所以 Calc 算子的并行度和 Kafka source 的并行度一样,修改源码将并行度设置为 全局并行度

protected Transformation<RowData> translateToPlanInternal(PlannerBase planner) {
    final ExecEdge inputEdge = getInputEdges().get(0);
    final Transformation<RowData> inputTransform =
            (Transformation<RowData>) inputEdge.translateToPlan(planner);
    final CodeGeneratorContext ctx =
            new CodeGeneratorContext(planner.getTableConfig())
                    .setOperatorBaseClass(operatorBaseClass);

    final CodeGenOperatorFactory<RowData> substituteStreamOperator =
            CalcCodeGenerator.generateCalcOperator(
                    ctx,
                    inputTransform,
                    (RowType) getOutputType(),
                    JavaScalaConversionUtil.toScala(projection),
                    JavaScalaConversionUtil.toScala(Optional.ofNullable(this.condition)),
                    retainHeader,
                    getClass().getSimpleName());

    // add by venn for custom source parallelism
    int parallelism = inputTransform.getParallelism();
    int defaultParallelism = ExecutionConfig.PARALLELISM_DEFAULT;
    if (parallelism != defaultParallelism) {
        // update calc operator parallelism to default parallelism
        parallelism = defaultParallelism;
    }

    return new OneInputTransformation<>(
            inputTransform,
            getDescription(),
            substituteStreamOperator,
            InternalTypeInfo.of(getOutputType()),
            parallelism);
}

生成完的算子流图:

flink sql查询hive并行度 flink sql设置并行度_并行度_03

现在才大功告成

完整代码参考: github sqlSubmit

-----------------------分割线------------------------------------

在 sqlSubmit 的配置文件中添加了参数: table.exec.source.force-break-chain ,用以在 kafka sql source 后面判断是否要断开下游算子和 source 的 chain。
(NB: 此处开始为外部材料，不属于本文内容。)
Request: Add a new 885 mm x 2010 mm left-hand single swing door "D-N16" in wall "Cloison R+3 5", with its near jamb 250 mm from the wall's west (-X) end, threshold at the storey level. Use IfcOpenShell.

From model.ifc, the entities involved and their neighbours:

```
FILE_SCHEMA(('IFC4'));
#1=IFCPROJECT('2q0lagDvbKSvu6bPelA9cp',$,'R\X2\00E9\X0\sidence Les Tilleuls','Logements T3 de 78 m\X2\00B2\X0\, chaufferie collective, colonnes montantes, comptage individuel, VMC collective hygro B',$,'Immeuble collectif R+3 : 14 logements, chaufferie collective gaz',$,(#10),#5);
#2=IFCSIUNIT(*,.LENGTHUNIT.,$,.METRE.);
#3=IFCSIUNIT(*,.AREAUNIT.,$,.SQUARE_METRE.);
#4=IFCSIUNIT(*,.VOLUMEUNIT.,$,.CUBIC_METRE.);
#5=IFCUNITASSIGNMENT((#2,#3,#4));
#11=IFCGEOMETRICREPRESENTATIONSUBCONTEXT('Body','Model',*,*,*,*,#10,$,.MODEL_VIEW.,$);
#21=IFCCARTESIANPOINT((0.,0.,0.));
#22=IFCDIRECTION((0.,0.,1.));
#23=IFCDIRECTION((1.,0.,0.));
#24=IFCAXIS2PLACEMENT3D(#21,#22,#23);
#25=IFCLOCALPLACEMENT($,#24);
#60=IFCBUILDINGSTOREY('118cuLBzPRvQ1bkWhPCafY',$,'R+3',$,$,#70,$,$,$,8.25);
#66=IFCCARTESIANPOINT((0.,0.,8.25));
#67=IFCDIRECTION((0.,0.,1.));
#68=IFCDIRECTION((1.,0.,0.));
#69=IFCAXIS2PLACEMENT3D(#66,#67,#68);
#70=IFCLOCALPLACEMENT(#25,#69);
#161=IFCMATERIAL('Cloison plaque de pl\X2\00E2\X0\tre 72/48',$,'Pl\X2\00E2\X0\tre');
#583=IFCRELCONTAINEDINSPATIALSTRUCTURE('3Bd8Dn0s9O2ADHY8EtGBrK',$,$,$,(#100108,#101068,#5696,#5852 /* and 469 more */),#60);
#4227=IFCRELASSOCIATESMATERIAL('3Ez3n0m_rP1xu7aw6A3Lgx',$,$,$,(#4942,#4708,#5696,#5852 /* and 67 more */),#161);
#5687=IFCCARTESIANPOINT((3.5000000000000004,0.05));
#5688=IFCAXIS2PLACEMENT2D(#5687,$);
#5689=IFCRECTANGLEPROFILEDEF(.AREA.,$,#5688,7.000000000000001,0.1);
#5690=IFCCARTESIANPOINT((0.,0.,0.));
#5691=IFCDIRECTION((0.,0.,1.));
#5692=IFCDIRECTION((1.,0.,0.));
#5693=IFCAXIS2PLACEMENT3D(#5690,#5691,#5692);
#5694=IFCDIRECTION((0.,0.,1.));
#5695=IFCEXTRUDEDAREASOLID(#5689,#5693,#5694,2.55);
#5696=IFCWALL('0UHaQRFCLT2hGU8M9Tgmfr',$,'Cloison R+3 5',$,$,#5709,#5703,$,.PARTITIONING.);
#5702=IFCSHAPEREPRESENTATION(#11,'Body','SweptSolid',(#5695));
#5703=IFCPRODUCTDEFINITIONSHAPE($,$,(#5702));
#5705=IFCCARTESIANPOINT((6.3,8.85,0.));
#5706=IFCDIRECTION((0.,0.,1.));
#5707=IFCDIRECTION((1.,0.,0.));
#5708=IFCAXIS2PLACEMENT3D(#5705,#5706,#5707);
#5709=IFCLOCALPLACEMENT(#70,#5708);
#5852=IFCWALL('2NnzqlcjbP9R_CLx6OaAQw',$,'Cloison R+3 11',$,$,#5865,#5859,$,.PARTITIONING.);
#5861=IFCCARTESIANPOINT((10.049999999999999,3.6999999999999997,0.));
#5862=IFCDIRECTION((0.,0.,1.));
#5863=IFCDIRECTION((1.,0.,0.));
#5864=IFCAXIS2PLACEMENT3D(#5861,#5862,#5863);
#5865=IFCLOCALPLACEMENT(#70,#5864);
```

```python
import numpy as np
import ifcopenshell
import ifcopenshell.api.feature
import ifcopenshell.api.geometry
import ifcopenshell.api.root
import ifcopenshell.api.spatial
import ifcopenshell.geom
import ifcopenshell.util.element
import ifcopenshell.util.placement
import ifcopenshell.util.representation
import ifcopenshell.util.shape
import ifcopenshell.util.unit

model = ifcopenshell.open("model.ifc")
unit_scale = ifcopenshell.util.unit.calculate_unit_scale(model)
settings = ifcopenshell.geom.settings()


def volume(element):
    """Net volume in cubic metres, openings subtracted."""
    shape = ifcopenshell.geom.create_shape(settings, element)
    return ifcopenshell.util.shape.get_volume(shape.geometry)


wall = model.by_guid("0UHaQRFCLT2hGU8M9Tgmfr")
storey = ifcopenshell.util.element.get_container(wall, ifc_class="IfcBuildingStorey")
context = ifcopenshell.util.representation.get_context(model, "Model", "Body", "MODEL_VIEW")
before = volume(wall)

width, height, from_end, sill = 0.885, 2.01, 0.25, 0.0  # metres

# The wall runs along its own X axis, and the end named is its -X end.
wall_shape = ifcopenshell.geom.create_shape(settings, wall)
x, y, z = ifcopenshell.util.shape.get_vertices(wall_shape.geometry).T
start = x.min() + from_end
face, thickness = float(y.min()), float(y.max() - y.min())
wall_matrix = ifcopenshell.util.placement.get_local_placement(wall.ObjectPlacement)
level = ifcopenshell.util.placement.get_local_placement(storey.ObjectPlacement)[2, 3]


def in_wall(x, y):
    """Placement at x, y metres in the wall's axes, at sill height."""
    matrix = wall_matrix.copy()
    matrix[:, 3] = wall_matrix @ np.array([x / unit_scale, y / unit_scale, 0.0, 1.0])
    matrix[2, 3] = level + sill / unit_scale
    return matrix


# Opening: a box that overshoots both wall faces by 50 mm.
opening = ifcopenshell.api.root.create_entity(model, ifc_class="IfcOpeningElement", predefined_type="OPENING")
box = ifcopenshell.api.geometry.add_wall_representation(
    model, context=context, length=width, height=height, thickness=thickness + 0.1
)
ifcopenshell.api.geometry.assign_representation(model, product=opening, representation=box)
ifcopenshell.api.geometry.edit_object_placement(model, product=opening, matrix=in_wall(start, face - 0.05), is_si=False)
ifcopenshell.api.feature.add_feature(model, feature=opening, element=wall)

door = ifcopenshell.api.root.create_entity(model, ifc_class="IfcDoor", name="D-N16", predefined_type="DOOR")
door.OverallWidth, door.OverallHeight = width / unit_scale, height / unit_scale
door.OperationType = "SINGLE_SWING_LEFT"
body = ifcopenshell.api.geometry.add_door_representation(
    model,
    context=context,
    overall_width=door.OverallWidth,
    overall_height=door.OverallHeight,
    operation_type="SINGLE_SWING_LEFT",
    lining_properties={"LiningDepth": thickness / unit_scale, "ThresholdDepth": thickness / unit_scale},
)
ifcopenshell.api.geometry.assign_representation(model, product=door, representation=body)
ifcopenshell.api.spatial.assign_container(model, products=[door], relating_structure=storey)
ifcopenshell.api.feature.add_filling(model, opening=opening, element=door)

# The lining spans the wall, so the door starts at the wall face.
ifcopenshell.api.geometry.edit_object_placement(model, product=door, matrix=in_wall(start, face), is_si=False)

after = volume(wall)

print(f"wall volume {before:.3f} -> {after:.3f} m3")

model.write("model_edited.ifc")
```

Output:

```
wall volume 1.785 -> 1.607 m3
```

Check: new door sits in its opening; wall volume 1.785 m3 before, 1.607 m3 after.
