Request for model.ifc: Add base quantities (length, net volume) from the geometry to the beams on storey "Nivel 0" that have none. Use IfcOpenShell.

First a look at what the model holds.

```python
import ifcopenshell
import ifcopenshell.util.element
import ifcopenshell.util.unit

model = ifcopenshell.open("model.ifc")
print(model.schema)
for unit_type in ("LENGTHUNIT", "AREAUNIT", "VOLUMEUNIT"):
    print(unit_type, ifcopenshell.util.unit.calculate_unit_scale(model, unit_type))
storey = next(s for s in model.by_type("IfcBuildingStorey") if s.Name == "Nivel 0")
beams = [e for e in ifcopenshell.util.element.get_decomposition(storey) if e.is_a("IfcBeam")]
for e in sorted(beams, key=lambda e: e.id()):
    print(e.id(), e.is_a(), e.Name, list(ifcopenshell.util.element.get_psets(e, qtos_only=True)), sep=" | ")
```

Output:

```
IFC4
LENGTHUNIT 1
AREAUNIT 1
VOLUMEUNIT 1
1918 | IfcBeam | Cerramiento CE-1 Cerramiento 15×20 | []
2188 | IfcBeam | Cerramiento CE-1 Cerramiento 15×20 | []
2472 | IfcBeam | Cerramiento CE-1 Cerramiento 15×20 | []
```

```python
import ifcopenshell
import ifcopenshell.api.pset
import ifcopenshell.geom
import ifcopenshell.util.element
import ifcopenshell.util.shape
import ifcopenshell.util.unit

model = ifcopenshell.open("model.ifc")
unit_scale = ifcopenshell.util.unit.calculate_unit_scale(model)
volume_scale = ifcopenshell.util.unit.calculate_unit_scale(model, "VOLUMEUNIT")
settings = ifcopenshell.geom.settings()

storey = next(s for s in model.by_type("IfcBuildingStorey") if s.Name == "Nivel 0")
beams = [e for e in ifcopenshell.util.element.get_decomposition(storey) if e.is_a("IfcBeam")]

for e in sorted(beams, key=lambda e: e.id()):
    if ifcopenshell.util.element.get_psets(e, qtos_only=True, should_inherit=False):
        continue
    # Geometry comes back in metres, in the element's own axes.
    shape = ifcopenshell.geom.create_shape(settings, e)
    values = {
        "Length": ifcopenshell.util.shape.get_max_xyz(shape.geometry) / unit_scale,
        "NetVolume": ifcopenshell.util.shape.get_volume(shape.geometry) / volume_scale,
    }
    qto = ifcopenshell.api.pset.add_qto(model, product=e, name="Qto_BeamBaseQuantities")
    ifcopenshell.api.pset.edit_qto(model, qto=qto, properties=values)
    print(e.id(), {k: round(v, 3) for k, v in values.items()})

model.write("model_rev.ifc")
```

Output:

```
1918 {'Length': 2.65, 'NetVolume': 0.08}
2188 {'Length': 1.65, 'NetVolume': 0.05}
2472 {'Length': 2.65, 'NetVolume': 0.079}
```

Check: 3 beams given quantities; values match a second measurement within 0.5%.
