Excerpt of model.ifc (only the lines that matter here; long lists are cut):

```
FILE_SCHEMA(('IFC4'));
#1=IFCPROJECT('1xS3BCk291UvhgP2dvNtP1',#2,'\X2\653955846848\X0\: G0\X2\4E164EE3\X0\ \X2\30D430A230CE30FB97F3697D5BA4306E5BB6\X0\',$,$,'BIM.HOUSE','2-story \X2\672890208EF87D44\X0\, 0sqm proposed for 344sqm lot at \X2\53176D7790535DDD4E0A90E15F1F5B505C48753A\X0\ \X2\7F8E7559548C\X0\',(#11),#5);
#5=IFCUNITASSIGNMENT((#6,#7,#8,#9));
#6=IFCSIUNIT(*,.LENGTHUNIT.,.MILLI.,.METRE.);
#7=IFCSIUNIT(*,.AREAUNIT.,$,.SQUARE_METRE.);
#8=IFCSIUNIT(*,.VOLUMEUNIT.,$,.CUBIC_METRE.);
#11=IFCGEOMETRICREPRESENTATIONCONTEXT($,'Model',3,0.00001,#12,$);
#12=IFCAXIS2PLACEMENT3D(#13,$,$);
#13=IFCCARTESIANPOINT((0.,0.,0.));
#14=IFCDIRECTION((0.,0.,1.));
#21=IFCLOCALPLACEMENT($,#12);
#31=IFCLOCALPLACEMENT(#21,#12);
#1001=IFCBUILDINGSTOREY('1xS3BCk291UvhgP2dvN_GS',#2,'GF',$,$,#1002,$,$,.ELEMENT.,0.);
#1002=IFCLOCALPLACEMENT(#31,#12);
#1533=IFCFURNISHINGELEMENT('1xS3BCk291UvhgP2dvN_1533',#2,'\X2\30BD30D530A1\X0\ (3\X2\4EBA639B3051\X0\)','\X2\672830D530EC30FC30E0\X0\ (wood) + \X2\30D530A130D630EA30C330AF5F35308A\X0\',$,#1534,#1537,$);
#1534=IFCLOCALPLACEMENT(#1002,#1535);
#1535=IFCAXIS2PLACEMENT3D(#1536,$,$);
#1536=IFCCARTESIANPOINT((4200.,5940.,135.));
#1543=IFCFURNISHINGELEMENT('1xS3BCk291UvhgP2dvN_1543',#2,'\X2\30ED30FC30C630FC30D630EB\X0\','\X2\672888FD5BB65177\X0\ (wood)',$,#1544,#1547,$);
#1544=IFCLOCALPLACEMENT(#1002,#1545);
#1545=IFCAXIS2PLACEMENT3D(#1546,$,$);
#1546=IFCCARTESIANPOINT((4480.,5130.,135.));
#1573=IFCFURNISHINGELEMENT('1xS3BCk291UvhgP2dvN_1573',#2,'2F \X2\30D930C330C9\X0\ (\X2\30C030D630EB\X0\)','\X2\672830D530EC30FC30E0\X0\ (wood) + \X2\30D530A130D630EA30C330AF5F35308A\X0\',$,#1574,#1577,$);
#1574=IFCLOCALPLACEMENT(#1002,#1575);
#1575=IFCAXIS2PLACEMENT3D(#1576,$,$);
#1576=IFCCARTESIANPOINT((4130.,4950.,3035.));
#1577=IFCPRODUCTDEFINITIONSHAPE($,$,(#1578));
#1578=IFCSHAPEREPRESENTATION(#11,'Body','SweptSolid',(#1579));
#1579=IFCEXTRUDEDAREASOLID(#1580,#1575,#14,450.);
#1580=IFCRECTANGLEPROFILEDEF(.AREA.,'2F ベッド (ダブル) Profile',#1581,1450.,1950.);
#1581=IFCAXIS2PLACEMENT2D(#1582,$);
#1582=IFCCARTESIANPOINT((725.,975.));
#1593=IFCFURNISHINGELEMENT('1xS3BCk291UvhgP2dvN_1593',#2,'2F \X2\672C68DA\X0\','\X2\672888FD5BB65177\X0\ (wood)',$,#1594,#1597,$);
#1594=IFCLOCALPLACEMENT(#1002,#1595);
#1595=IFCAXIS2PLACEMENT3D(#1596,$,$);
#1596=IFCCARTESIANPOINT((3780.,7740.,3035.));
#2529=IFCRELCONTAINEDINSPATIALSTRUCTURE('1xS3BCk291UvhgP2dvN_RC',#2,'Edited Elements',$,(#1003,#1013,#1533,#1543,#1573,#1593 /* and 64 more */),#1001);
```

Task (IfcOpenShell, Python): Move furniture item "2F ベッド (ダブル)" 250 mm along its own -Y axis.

```python
import ifcopenshell
import ifcopenshell.api.geometry
import ifcopenshell.util.placement
import ifcopenshell.util.unit

model = ifcopenshell.open("model.ifc")
unit_scale = ifcopenshell.util.unit.calculate_unit_scale(model)

item = model.by_guid("1xS3BCk291UvhgP2dvN_1573")
matrix = ifcopenshell.util.placement.get_local_placement(item.ObjectPlacement)
matrix[:3, 3] -= matrix[:3, 1] * 0.25 / unit_scale
ifcopenshell.api.geometry.edit_object_placement(model, product=item, matrix=matrix, is_si=False)

print(ifcopenshell.util.placement.get_local_placement(item.ObjectPlacement).round(3) + 0.0)

model.write("model-out.ifc")
```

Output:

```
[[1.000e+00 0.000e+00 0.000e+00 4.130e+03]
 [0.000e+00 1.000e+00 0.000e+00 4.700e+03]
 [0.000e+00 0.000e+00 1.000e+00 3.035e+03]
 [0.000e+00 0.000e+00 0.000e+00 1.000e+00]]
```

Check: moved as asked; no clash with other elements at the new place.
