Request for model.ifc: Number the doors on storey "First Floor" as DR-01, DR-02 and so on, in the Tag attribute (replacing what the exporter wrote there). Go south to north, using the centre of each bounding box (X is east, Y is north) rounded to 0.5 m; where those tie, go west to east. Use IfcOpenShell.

First a look at what the model holds.

```python
import ifcopenshell
import ifcopenshell.util.element
import ifcopenshell.util.placement

model = ifcopenshell.open("model.ifc")
print(model.schema)
storey = next(s for s in model.by_type("IfcBuildingStorey") if s.Name == "First Floor")
doors = [e for e in ifcopenshell.util.element.get_decomposition(storey) if e.is_a("IfcDoor")]
for e in sorted(doors, key=lambda e: e.id()):
    origin = ifcopenshell.util.placement.get_local_placement(e.ObjectPlacement)[:3, 3]
    print(e.id(), e.Tag, e.Name, origin.round(2) + 0.0, sep=" | ")
```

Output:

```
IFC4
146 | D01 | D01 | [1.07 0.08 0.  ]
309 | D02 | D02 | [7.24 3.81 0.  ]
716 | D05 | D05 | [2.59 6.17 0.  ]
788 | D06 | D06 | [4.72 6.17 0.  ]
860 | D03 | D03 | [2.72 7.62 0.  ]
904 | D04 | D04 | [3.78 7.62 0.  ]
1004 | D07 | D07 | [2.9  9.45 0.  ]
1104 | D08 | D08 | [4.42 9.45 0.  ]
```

```python
import ifcopenshell
import ifcopenshell.geom
import ifcopenshell.util.element
import ifcopenshell.util.shape

model = ifcopenshell.open("model.ifc")
settings = ifcopenshell.geom.settings()
settings.set("use-world-coords", True)


def centre(element):
    shape = ifcopenshell.geom.create_shape(settings, element)
    return ifcopenshell.util.shape.get_bbox_centroid(shape.geometry)


storey = next(s for s in model.by_type("IfcBuildingStorey") if s.Name == "First Floor")
doors = [e for e in ifcopenshell.util.element.get_decomposition(storey) if e.is_a("IfcDoor")]

# Insertion points can sit at a corner or the storey origin, so sort by the geometry (in metres).
centres = {e: centre(e) for e in doors}
doors.sort(key=lambda e: (round(centres[e][1] / 0.5), centres[e][0]))

for i, e in enumerate(doors, start=1):
    number = f"DR-{i:02d}"
    e.Tag = number
    print(e.id(), number)

model.write("model_rev.ifc")
```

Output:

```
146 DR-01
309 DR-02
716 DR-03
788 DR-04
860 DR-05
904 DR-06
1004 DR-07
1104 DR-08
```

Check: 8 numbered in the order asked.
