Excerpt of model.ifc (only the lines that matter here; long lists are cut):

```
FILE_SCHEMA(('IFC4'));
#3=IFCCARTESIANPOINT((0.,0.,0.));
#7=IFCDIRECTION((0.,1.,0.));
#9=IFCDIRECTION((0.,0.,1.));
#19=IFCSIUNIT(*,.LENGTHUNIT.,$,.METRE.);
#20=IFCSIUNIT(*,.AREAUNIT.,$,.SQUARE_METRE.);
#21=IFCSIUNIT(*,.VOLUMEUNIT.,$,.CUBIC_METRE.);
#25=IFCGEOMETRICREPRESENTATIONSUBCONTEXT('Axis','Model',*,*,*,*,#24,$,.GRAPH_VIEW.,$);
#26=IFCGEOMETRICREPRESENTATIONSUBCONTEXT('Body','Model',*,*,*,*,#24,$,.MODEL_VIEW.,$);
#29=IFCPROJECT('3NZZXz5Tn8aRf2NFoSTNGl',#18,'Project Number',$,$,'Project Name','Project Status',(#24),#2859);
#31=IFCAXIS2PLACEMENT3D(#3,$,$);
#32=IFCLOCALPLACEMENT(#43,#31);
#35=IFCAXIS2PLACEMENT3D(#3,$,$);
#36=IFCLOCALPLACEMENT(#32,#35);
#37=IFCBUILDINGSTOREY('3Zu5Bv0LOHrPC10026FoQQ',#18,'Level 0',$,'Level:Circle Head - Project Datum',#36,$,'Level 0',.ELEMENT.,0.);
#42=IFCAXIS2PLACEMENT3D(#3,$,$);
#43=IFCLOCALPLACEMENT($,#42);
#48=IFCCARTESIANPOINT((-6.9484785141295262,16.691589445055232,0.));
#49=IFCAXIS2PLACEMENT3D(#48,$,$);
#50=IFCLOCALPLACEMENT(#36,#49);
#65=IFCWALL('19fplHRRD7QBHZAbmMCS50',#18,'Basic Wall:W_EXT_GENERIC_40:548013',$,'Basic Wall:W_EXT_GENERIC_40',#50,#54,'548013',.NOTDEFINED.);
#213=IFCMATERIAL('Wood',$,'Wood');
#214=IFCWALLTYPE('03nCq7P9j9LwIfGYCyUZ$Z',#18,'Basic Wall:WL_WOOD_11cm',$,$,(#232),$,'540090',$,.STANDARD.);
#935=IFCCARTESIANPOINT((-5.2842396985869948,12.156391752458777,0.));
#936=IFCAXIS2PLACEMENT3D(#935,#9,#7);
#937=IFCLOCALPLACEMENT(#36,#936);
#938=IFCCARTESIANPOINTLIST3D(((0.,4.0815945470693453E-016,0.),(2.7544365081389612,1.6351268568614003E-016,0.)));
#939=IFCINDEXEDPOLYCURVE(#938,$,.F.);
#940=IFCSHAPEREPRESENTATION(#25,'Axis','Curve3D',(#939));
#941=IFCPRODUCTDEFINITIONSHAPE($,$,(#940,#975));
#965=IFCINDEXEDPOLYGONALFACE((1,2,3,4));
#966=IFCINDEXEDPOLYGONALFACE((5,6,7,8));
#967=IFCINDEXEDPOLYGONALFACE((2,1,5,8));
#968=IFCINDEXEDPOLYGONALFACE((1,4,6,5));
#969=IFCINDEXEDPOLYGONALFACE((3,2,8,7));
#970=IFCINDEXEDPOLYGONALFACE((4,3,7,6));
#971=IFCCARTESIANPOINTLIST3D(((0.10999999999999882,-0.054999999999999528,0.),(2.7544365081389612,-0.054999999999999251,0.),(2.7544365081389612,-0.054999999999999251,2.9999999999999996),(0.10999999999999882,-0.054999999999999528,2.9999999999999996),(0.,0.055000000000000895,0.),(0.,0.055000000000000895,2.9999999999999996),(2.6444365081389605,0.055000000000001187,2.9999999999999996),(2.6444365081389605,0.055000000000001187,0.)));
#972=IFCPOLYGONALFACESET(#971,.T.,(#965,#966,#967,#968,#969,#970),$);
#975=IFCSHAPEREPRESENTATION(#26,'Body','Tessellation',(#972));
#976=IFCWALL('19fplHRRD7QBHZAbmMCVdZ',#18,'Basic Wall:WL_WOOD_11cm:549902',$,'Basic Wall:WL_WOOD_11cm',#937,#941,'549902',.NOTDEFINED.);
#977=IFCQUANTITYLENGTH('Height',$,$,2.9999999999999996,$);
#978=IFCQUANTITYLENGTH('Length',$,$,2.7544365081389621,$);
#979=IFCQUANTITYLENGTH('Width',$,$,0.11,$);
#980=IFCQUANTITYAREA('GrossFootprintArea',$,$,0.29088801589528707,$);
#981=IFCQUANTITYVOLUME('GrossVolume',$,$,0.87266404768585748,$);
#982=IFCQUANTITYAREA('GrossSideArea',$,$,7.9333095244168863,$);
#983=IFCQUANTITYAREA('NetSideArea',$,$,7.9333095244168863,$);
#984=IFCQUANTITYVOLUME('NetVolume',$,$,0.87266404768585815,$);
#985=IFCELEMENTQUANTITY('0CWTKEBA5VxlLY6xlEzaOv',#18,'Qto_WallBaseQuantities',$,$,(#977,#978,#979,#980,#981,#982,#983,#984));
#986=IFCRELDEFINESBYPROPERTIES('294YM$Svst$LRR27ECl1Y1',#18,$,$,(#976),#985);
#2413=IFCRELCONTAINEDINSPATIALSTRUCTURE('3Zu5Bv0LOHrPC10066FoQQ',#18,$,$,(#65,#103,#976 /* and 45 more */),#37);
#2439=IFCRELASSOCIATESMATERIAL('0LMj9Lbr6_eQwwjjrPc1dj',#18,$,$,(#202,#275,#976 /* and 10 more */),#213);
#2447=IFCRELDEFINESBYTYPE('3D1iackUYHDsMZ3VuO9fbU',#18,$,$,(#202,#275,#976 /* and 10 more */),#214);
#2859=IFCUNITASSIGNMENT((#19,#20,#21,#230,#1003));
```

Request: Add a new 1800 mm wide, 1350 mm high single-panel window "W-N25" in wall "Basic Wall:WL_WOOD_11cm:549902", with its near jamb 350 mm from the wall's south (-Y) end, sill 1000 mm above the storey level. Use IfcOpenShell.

```python
import numpy as np
import ifcopenshell
import ifcopenshell.api.feature
import ifcopenshell.api.geometry
import ifcopenshell.api.pset
import ifcopenshell.api.root
import ifcopenshell.api.spatial
import ifcopenshell.geom
import ifcopenshell.util.element
import ifcopenshell.util.placement
import ifcopenshell.util.representation
import ifcopenshell.util.shape
import ifcopenshell.util.unit

model = ifcopenshell.open("model.ifc")
unit_scale = ifcopenshell.util.unit.calculate_unit_scale(model)
area_scale = ifcopenshell.util.unit.calculate_unit_scale(model, "AREAUNIT")
volume_scale = ifcopenshell.util.unit.calculate_unit_scale(model, "VOLUMEUNIT")
settings = ifcopenshell.geom.settings()


def volume(element):
    """Net volume in cubic metres, openings subtracted."""
    shape = ifcopenshell.geom.create_shape(settings, element)
    return ifcopenshell.util.shape.get_volume(shape.geometry)


wall = model.by_id(976)
storey = ifcopenshell.util.element.get_container(wall, ifc_class="IfcBuildingStorey")
context = ifcopenshell.util.representation.get_context(model, "Model", "Body", "MODEL_VIEW")
before = volume(wall)

width, height, from_end, sill = 1.8, 1.35, 0.35, 1  # metres

# The wall runs along its own X axis, and the end named is its -X end.
wall_shape = ifcopenshell.geom.create_shape(settings, wall)
x, y, z = ifcopenshell.util.shape.get_vertices(wall_shape.geometry).T
start = x.min() + from_end
face, thickness = float(y.min()), float(y.max() - y.min())
wall_matrix = ifcopenshell.util.placement.get_local_placement(wall.ObjectPlacement)
level = ifcopenshell.util.placement.get_local_placement(storey.ObjectPlacement)[2, 3]


def in_wall(x, y):
    """Placement at x, y metres in the wall's axes, at sill height."""
    matrix = wall_matrix.copy()
    matrix[:, 3] = wall_matrix @ np.array([x / unit_scale, y / unit_scale, 0.0, 1.0])
    matrix[2, 3] = level + sill / unit_scale
    return matrix


# Opening: a box that overshoots both wall faces by 50 mm.
opening = ifcopenshell.api.root.create_entity(model, ifc_class="IfcOpeningElement", predefined_type="OPENING")
box = ifcopenshell.api.geometry.add_wall_representation(
    model, context=context, length=width, height=height, thickness=thickness + 0.1
)
ifcopenshell.api.geometry.assign_representation(model, product=opening, representation=box)
ifcopenshell.api.geometry.edit_object_placement(model, product=opening, matrix=in_wall(start, face - 0.05), is_si=False)
ifcopenshell.api.feature.add_feature(model, feature=opening, element=wall)

window = ifcopenshell.api.root.create_entity(model, ifc_class="IfcWindow", name="W-N25", predefined_type="WINDOW")
window.OverallWidth, window.OverallHeight = width / unit_scale, height / unit_scale
window.PartitioningType = "SINGLE_PANEL"
body = ifcopenshell.api.geometry.add_window_representation(
    model,
    context=context,
    overall_width=window.OverallWidth,
    overall_height=window.OverallHeight,
    partition_type="SINGLE_PANEL",
)
ifcopenshell.api.geometry.assign_representation(model, product=window, representation=body)
ifcopenshell.api.spatial.assign_container(model, products=[window], relating_structure=storey)
ifcopenshell.api.feature.add_filling(model, opening=opening, element=window)

# Centre the window in the wall's thickness.
ifcopenshell.api.geometry.edit_object_placement(model, product=window, matrix=in_wall(start, face), is_si=False)
window_shape = ifcopenshell.geom.create_shape(settings, window)
depth = ifcopenshell.util.shape.get_vertices(window_shape.geometry)[:, 1]
offset = face + thickness / 2 - (depth.min() + depth.max()) / 2
ifcopenshell.api.geometry.edit_object_placement(model, product=window, matrix=in_wall(start, offset), is_si=False)

after = volume(wall)

# Update the wall's stored quantities.
qto = model.by_id(ifcopenshell.util.element.get_pset(wall, "Qto_WallBaseQuantities", should_inherit=False)["id"])
ifcopenshell.api.pset.edit_qto(model, qto=qto, properties={
    "NetSideArea": after / thickness / area_scale,
    "NetVolume": after / volume_scale,
})

print(f"wall volume {before:.3f} -> {after:.3f} m3")

model.write("model_edited.ifc")
```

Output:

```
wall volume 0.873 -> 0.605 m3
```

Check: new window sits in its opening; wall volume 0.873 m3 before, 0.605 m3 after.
由于在 CommonExecCalc 拿不到 ddl 中定义的参数,添加了一个任务级别的参数( 在 sqlSubmit.properties 中添加参数 table.exec.source.force-break-chain 默认值为 false,如果为 true 会断开 chain),通过 env 放到 GlobalJobParameter 中,KafkaDynamicSource 通过 env 从 GlobalJobParameter 中取,CommonExecCalc 有 planner 可以直接拿到任务级别的参数。

  • 对于指定了 kafka sql source 的情况,是否需要断开 source 算子和后续的算子:根据 source 的并行度和默认并行度判断是否断开,还是用参数控制是否断开。最后还是决定安装大佬博客里的写的,用参数控制是否断开。主要是source 和后续算子的关系不定,如果只是基于并行度判断是否 chain 在一起太过僵硬,还不如再加一个参数控制,这样默认算子会 chain 在一起,下游算子和 source 并行度保持一致,如果需要端口,后续算子的并行度会和全局并行度保持一致。